A TEST OF STAR FORMATION LAWS IN DISK GALAXIES

Understanding the rate at which stars form from gas is of fundamental importance for a theory of galaxy evolution. At the moment it is uncertain what physical process or processes drive star formation rates (SFRs). Locally, we know star formation occurs mostly in highly clustered, ∼parsec-scale regions within giant molecular clouds (GMCs; Lada & Lada 2003; Gutermuth et al. 2009). This clustered mode appears to also be important in a wide range of galactic environments, including dwarf irregular galaxies (Dowell et al. 2008), normal disk galaxies (Larsen 2009), and starburst galaxies (Fall et al. 2005; McCrady & Graham 2007). The total efficiency, , of conversion of gas into stars in these clusters is relatively high, with ∼ 0.1 − 0.5. However, on the scale of GMCs star formation occurs at a relatively slow, inefficient rate, such that only a few percent of the GMC mass is converted to stars per free-fall time (Zuckerman & Evans 1974; Krumholz & Tan 2007). Although GMCs appear to be gravitationally bound and approximately virialized (Solomon et al. 1987; Bolatto et al. 2008), at any given time, most of the mass and volume of GMCs is not forming stars, perhaps because it is magnetically subcritical (e.g., Heyer et al. 2008).

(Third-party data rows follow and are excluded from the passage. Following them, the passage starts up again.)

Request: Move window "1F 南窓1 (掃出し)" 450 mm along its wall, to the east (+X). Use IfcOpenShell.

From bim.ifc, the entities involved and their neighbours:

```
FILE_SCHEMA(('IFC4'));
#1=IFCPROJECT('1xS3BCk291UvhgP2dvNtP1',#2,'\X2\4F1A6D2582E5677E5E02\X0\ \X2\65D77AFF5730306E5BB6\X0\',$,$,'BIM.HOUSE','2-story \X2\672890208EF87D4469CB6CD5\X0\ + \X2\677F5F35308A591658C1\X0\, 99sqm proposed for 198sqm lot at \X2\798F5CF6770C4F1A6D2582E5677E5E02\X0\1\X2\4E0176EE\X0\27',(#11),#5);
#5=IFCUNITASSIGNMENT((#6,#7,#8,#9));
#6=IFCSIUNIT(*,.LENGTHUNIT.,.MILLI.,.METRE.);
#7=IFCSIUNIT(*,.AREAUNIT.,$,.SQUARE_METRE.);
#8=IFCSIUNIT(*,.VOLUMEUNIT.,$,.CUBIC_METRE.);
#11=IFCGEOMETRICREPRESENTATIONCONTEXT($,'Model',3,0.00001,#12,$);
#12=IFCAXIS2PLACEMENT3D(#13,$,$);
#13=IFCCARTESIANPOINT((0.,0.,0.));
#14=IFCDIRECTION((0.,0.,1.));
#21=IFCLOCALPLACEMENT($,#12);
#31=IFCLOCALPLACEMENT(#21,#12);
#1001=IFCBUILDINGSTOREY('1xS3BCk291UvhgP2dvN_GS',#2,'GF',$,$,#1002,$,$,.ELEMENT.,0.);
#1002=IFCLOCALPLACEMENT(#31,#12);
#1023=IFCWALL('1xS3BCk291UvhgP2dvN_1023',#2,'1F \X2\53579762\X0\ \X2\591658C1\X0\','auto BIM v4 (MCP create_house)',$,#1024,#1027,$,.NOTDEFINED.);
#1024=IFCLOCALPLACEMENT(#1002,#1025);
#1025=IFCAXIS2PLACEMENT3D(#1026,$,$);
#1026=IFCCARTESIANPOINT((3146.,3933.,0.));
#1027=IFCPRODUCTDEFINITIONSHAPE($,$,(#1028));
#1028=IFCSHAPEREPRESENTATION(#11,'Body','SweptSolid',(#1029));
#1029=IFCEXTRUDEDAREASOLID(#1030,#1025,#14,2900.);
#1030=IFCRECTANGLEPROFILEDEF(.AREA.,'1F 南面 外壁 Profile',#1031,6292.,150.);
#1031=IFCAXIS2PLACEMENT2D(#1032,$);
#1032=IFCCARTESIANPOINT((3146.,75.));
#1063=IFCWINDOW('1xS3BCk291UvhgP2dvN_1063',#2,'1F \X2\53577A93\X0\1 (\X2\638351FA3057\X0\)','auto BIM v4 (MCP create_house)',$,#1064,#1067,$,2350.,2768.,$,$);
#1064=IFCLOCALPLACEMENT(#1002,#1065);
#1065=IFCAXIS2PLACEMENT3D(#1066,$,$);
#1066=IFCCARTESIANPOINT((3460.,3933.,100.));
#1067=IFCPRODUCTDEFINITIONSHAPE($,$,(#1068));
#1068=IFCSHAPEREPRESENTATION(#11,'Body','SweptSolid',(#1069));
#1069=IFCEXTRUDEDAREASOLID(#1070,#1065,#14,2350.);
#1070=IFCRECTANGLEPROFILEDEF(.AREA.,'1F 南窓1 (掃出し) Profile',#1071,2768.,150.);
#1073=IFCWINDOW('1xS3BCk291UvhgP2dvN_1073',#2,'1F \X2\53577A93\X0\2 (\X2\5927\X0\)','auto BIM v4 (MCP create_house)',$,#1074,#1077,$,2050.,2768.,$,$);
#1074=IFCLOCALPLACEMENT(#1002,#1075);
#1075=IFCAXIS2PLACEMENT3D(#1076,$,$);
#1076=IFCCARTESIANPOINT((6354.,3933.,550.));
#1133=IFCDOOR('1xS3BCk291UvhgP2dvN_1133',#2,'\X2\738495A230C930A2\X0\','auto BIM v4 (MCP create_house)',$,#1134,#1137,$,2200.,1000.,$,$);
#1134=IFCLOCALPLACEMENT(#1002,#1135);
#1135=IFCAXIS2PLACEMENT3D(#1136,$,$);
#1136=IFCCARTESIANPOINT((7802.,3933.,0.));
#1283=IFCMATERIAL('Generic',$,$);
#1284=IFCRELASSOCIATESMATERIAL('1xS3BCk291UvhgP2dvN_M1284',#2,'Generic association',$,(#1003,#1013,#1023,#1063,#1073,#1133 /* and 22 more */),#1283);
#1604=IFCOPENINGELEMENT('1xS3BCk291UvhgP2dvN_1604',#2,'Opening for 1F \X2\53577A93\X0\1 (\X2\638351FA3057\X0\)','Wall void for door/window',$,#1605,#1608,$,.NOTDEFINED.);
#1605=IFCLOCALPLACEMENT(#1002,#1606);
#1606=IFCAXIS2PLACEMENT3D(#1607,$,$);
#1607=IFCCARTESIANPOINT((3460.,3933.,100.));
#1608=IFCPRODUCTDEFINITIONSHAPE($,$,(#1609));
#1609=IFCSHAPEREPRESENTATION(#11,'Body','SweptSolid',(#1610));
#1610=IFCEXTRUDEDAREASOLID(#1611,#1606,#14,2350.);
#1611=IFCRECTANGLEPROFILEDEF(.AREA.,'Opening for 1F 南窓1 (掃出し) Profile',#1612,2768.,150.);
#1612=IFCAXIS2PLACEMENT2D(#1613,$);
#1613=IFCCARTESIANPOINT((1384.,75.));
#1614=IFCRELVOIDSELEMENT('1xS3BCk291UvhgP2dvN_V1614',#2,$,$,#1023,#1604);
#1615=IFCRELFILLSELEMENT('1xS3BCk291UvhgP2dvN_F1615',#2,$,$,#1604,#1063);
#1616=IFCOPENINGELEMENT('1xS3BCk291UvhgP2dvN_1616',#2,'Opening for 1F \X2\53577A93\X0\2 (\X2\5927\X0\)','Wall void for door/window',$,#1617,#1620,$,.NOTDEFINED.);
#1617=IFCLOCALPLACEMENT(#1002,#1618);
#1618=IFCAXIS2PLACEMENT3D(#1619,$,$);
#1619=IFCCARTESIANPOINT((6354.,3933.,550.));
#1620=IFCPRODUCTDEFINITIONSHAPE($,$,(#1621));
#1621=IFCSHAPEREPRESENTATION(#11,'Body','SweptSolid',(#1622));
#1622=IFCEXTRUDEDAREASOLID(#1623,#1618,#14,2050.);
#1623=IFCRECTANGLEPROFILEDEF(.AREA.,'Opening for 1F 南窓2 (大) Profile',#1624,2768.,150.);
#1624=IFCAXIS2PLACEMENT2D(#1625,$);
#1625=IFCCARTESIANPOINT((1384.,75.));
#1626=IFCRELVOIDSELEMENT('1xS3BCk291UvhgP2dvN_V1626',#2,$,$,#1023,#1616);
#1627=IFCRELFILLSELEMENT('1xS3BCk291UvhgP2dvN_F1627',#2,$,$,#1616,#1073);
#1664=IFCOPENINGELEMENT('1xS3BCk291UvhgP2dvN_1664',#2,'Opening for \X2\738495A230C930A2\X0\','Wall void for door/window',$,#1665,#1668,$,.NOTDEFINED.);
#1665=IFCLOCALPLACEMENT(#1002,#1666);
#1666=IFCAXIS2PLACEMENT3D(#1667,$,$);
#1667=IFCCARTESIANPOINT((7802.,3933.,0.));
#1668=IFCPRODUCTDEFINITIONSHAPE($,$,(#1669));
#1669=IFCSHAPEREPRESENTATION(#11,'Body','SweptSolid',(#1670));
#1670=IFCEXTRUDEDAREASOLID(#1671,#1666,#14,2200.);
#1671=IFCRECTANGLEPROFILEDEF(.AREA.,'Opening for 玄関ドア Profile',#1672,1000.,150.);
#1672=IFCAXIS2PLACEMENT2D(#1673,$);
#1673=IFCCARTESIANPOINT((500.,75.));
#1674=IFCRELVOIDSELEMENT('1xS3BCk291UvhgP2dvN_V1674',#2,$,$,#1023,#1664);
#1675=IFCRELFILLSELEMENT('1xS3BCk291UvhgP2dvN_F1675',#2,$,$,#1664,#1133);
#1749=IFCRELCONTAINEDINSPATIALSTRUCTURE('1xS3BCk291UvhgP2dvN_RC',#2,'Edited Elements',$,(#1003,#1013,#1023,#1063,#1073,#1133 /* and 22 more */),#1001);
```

```python
import ifcopenshell
import ifcopenshell.api.geometry
import ifcopenshell.util.placement

model = ifcopenshell.open("bim.ifc")

window = model.by_guid("1xS3BCk291UvhgP2dvN_1063")
opening = window.FillsVoids[0].RelatingOpeningElement
wall = opening.VoidsElements[0].RelatingBuildingElement

wall_matrix = ifcopenshell.util.placement.get_local_placement(wall.ObjectPlacement)
shift = wall_matrix[:3, 0] * 450.0
before = ifcopenshell.util.placement.get_local_placement(window.ObjectPlacement)[:3, 3].copy()

# The window is not placed relative to its opening, so move both.
for product in (opening, window):
    matrix = ifcopenshell.util.placement.get_local_placement(product.ObjectPlacement)
    matrix[:3, 3] += shift
    ifcopenshell.api.geometry.edit_object_placement(model, product=product, matrix=matrix, is_si=False)

after = ifcopenshell.util.placement.get_local_placement(window.ObjectPlacement)[:3, 3]
print("window moved by", (after - before).round(3) + 0.0)

model.write("bim_updated.ifc")
```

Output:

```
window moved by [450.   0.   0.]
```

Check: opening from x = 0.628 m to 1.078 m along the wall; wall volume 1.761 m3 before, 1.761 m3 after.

Starting with the pioneering work of Schmidt (1959, 1963), empirical correlations have been found between the disk plane surface density of SFR, Σ_sfr, and the surface density of gas—either the total, Σ_g, or just that in the molecular phase, Σ_H2. Based on about 100 disk averages of nearby galaxies and circumnuclear starbursts, Kennicutt (1998, hereafter K1998) found

$$\begin{equation} \Sigma _{\rm sfr} = A_{g} \Sigma _{g,2}^{\alpha _{g}}, \end{equation} \tag{ 1 }$$

with A_g = 0.158 ± 0.044 M_☉ yr^-1 kpc⁻², Σ_g,2 = Σ_g/100 M_☉pc^-2, and α_g = 1.4 ± 0.15. Most of the dynamic range determining this relation covers the molecular dominated conditions of the disks in the centers of normal galaxies and in starbursts. Kennicutt et al. (2007) found a similar relation applied on ∼kpc scales in M51a. Theoretical and numerical models that relate the SFR to the growth rate of large-scale gravitational instabilities in a disk predict α_g ≃  1.5 (e.g., Larson 1988; Elmegreen 1994, 2002; Wang & Silk 1994; Li et al. 2006), as long as the gas scale height does not vary much from galaxy to galaxy. However, the growth rate of large-scale instabilities that lead to the formation of GMCs cannot be the rate limiting step for star formation in disks that already have most of their gas mass in the molecular phase in the form of gravitationally bound GMCs. Rather, one should consider the processes that create the actively star-forming, presumably magnetically supercritical, parsec-scale clumps of gas within GMCs, which then become star clusters.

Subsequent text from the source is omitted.